Breakfast Lunch and Dinner

"British people - and many others across the world - have been brought up on the idea of three square meals a day as a normal eating pattern, but it wasn't always that way".


"But when people worry that breaking with the traditional three meals a day is harmful, are they right about the traditional part? Have people always eaten in that pattern"?






*Breakfast*

"The Romans believed it was healthier to eat only one meal a day," she says. "They were obsessed with digestion and eating more than one meal was considered a form of gluttony. This thinking impacted on the way people ate for a very long time."

"In the Middle Ages monastic life largely shaped when people ate, says food historian Ivan Day. Nothing could be eaten before morning Mass and meat could only be eaten for half the days of the year. It's thought the word breakfast entered the English language during this time and literally meant "break the night's fast".

*Lunch*

"The terminology around eating in the UK is still confusing. For some "lunch" is "dinner" and vice versa. From the Roman times to the Middle Ages everyone ate in the middle of the day, but it was called dinner and was the main meal of the day. Lunch as we know it didn't exist - not even the word".

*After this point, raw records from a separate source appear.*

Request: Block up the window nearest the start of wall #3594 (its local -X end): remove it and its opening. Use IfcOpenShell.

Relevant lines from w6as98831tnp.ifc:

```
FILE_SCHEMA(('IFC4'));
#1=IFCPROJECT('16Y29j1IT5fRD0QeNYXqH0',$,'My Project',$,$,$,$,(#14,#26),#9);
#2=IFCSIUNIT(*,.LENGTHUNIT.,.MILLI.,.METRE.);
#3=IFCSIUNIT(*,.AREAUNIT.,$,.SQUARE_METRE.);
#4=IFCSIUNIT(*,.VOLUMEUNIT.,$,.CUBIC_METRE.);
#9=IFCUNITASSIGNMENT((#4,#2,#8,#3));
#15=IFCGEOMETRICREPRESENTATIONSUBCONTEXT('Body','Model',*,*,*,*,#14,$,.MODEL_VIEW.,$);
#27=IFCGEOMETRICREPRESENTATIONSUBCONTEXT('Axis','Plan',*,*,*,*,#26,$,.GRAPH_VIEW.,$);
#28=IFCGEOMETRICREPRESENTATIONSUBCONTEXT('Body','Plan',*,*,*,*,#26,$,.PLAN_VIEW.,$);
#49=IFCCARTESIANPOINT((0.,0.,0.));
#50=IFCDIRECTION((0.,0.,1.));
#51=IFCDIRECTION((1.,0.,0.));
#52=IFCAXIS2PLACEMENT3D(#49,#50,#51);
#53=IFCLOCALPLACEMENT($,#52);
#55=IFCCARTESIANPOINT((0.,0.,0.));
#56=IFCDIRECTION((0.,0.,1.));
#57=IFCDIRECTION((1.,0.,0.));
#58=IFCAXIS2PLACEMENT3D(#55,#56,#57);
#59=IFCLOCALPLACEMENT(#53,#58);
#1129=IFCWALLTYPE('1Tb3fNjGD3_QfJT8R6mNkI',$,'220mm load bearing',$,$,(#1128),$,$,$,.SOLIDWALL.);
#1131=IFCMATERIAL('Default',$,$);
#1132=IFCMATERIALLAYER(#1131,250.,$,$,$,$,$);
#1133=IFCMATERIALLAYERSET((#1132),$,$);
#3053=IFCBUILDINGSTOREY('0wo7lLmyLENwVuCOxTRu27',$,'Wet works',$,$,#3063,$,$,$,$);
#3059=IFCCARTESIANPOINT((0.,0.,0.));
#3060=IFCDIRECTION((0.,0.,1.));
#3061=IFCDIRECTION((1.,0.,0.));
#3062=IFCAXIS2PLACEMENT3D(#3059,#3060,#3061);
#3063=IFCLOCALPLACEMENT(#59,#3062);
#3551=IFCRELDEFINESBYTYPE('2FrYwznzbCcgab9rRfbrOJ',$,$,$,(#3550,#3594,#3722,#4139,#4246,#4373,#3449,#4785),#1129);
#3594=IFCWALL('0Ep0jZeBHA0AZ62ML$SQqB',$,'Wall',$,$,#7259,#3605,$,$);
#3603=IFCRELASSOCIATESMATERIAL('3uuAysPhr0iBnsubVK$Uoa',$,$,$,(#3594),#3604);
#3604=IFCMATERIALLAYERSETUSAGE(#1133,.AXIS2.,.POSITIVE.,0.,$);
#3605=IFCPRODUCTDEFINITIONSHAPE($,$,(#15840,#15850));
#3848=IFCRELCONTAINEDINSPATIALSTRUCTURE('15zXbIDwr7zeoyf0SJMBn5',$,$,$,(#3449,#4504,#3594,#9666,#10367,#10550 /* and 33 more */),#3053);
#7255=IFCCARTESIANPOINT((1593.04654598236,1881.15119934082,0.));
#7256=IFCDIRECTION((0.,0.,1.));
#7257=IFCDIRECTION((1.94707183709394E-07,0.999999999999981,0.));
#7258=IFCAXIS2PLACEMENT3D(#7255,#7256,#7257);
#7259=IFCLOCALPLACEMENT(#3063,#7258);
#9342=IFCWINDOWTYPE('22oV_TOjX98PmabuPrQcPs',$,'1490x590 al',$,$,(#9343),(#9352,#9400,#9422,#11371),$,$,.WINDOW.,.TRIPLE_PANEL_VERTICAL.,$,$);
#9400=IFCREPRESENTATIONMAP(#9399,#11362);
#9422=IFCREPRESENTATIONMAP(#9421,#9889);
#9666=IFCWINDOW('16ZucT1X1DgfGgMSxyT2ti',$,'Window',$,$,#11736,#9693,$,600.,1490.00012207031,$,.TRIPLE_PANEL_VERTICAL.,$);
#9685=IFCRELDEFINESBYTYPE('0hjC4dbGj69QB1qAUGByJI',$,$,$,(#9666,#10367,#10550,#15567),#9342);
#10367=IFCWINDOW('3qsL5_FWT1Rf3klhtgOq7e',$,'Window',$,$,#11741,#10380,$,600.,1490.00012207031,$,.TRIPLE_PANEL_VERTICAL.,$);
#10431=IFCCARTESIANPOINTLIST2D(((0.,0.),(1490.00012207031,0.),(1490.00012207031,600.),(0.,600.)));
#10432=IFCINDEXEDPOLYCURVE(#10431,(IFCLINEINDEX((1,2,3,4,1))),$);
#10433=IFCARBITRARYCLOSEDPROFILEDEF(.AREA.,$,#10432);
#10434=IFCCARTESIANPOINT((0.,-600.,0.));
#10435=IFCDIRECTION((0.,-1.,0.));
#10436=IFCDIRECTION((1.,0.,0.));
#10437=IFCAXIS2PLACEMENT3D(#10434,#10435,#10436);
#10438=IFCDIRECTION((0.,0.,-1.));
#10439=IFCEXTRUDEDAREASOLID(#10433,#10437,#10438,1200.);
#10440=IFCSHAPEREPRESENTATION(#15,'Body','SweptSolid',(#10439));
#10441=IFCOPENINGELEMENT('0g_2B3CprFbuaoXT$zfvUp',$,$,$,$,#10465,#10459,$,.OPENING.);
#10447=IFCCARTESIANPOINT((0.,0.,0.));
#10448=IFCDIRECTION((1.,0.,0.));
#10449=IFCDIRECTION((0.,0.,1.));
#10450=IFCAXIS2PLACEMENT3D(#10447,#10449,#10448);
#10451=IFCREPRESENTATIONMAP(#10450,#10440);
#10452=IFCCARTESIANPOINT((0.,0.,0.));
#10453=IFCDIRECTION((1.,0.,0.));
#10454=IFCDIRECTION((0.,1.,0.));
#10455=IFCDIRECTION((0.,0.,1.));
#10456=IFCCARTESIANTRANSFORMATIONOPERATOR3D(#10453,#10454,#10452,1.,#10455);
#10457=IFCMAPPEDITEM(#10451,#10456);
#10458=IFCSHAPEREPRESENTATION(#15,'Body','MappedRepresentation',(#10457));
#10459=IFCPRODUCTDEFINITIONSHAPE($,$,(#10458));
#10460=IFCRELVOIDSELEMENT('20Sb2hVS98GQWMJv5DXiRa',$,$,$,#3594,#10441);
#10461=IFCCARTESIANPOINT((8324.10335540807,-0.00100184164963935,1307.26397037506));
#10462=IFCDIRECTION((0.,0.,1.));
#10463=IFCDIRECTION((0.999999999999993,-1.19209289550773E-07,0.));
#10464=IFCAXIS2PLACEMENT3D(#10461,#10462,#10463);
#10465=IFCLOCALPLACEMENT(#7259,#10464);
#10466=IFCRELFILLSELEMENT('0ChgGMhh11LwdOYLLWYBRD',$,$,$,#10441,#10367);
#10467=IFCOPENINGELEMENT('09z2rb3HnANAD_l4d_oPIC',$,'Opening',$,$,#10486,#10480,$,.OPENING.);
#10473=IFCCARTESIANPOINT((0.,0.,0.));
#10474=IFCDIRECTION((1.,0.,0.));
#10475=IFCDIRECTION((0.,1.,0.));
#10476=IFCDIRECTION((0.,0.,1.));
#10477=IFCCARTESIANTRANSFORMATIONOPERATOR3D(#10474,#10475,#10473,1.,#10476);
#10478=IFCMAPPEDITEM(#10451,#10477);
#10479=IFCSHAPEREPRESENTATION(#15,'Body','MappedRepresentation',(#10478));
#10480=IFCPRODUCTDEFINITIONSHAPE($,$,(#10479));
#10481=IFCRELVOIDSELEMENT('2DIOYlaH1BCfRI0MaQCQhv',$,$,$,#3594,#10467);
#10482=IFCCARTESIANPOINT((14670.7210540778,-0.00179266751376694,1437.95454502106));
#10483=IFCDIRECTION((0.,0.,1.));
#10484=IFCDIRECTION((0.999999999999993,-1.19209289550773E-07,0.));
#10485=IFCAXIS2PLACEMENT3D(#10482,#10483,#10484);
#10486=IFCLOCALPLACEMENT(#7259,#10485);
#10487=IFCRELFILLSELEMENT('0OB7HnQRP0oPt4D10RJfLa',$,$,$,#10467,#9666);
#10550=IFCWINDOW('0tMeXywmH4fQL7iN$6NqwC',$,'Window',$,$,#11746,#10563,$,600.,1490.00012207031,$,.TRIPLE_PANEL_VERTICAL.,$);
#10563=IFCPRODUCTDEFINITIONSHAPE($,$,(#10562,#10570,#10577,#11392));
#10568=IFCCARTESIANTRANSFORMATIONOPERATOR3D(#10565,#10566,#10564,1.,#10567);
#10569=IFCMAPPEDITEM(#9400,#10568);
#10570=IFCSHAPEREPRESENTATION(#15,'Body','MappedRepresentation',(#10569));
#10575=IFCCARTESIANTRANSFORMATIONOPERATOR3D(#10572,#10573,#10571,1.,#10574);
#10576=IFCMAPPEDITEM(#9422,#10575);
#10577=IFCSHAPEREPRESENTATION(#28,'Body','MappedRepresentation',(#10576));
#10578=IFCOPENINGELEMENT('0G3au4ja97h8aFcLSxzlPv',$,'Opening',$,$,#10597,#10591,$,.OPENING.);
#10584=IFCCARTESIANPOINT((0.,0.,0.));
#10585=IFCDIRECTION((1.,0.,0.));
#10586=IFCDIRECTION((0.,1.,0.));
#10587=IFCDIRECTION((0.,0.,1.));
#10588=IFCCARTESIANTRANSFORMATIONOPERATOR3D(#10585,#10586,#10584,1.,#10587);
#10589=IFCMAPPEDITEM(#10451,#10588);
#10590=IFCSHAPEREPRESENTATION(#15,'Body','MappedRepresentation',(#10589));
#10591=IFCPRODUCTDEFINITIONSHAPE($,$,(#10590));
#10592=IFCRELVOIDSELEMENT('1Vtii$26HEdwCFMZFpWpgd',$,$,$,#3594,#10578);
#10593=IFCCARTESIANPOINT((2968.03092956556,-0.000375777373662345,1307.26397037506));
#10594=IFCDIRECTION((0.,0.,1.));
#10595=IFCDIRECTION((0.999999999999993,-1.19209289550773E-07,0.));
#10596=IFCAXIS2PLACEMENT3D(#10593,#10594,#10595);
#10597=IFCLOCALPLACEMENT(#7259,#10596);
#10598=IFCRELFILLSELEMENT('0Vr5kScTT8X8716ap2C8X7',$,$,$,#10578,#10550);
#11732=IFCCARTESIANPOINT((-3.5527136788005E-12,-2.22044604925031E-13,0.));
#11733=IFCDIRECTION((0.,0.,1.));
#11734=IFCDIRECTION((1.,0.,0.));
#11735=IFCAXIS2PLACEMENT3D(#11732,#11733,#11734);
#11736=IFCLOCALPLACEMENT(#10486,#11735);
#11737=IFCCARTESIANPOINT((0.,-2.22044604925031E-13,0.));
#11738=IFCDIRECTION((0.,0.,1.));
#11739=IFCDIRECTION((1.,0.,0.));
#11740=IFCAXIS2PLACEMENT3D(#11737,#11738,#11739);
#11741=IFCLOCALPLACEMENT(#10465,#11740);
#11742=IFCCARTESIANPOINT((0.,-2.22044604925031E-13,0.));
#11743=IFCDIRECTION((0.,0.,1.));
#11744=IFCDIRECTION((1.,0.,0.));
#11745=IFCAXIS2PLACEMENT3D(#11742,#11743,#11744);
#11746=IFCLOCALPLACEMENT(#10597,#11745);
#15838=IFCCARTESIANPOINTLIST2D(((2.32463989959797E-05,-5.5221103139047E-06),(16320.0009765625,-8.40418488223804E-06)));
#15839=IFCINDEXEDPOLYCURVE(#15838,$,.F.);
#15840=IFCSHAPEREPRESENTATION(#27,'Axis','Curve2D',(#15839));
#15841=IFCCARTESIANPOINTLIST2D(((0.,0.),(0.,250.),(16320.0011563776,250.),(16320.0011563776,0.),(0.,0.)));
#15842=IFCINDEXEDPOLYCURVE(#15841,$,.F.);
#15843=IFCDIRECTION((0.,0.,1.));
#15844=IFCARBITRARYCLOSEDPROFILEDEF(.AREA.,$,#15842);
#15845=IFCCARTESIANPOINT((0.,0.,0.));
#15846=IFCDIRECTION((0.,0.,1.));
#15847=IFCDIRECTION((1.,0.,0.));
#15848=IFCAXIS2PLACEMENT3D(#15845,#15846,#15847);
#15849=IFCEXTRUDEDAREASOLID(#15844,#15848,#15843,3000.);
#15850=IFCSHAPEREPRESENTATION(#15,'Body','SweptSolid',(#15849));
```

```python
import ifcopenshell
import ifcopenshell.api.feature
import ifcopenshell.api.root
import ifcopenshell.geom
import ifcopenshell.util.shape

model = ifcopenshell.open("w6as98831tnp.ifc")
settings = ifcopenshell.geom.settings()


def volume(element):
    """Net volume in cubic metres, openings subtracted."""
    shape = ifcopenshell.geom.create_shape(settings, element)
    return ifcopenshell.util.shape.get_volume(shape.geometry)


window = model.by_guid("0tMeXywmH4fQL7iN$6NqwC")
opening = window.FillsVoids[0].RelatingOpeningElement
wall = opening.VoidsElements[0].RelatingBuildingElement
before = volume(wall)

ifcopenshell.api.root.remove_product(model, product=window)
ifcopenshell.api.feature.remove_feature(model, feature=opening)

after = volume(wall)

print(f"wall volume {before:.3f} -> {after:.3f} m3")

model.write("w6as98831tnp-out.ifc")
```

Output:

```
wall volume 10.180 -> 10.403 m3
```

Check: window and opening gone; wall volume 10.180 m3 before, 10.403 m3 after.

"During the Middle Ages daylight shaped mealtimes, says Day. With no electricity, people got up earlier to make use of daylight. Workers had often toiled in the fields from daybreak, so by midday they were hungry".

*Dinner*


"Dinner was the one meal the Romans did eat, even if it was at a different time of day".

"They were an ostentatious display of wealth and power, with cooks working in the kitchen from dawn to get things ready, says Yeldham. With no electricity cooking dinner in the evening was not an option. Peasants ate dinner around midday too, although it was a much more modest affair".


"As artificial lighting spread, dinner started to be eaten later and later in the day. It was in the 17th Century that the working lunch started, where men with aspirations would network".


----------



## terry123 (Jul 15, 2017)

Since I don't cook big meals anymore as its just me, I now eat when I want to and what I want.  Yesterday I wanted a hamburger with all the trimmings so I got a homestyle burger at McDonald's as it has the lettuce, tomato, pickle and onion.  Its pretty big but I was hungry for most of it.  Probably will not want another one for a month or two.  I will cook for the holidays if asked, otherwise I bring whatever I am asked to.


----------



## Aunt Bea (Jul 15, 2017)

I suppose in the beginning people ate when food was available.


----------



## Pappy (Jul 15, 2017)




----------



## Meanderer (Jul 15, 2017)




----------



## Meanderer (Jul 16, 2017)




----------



## NancyNGA (Jul 16, 2017)

Meanderer said:


>


You're hitting a sore spot with me here.  I've never bought this rule in general, at least not for everyone. Belly fat is belly fat and has little to do with breakfast, imo.   Likely more to do with genetics.  Points *4* and *5*, about the protein, I agree with. 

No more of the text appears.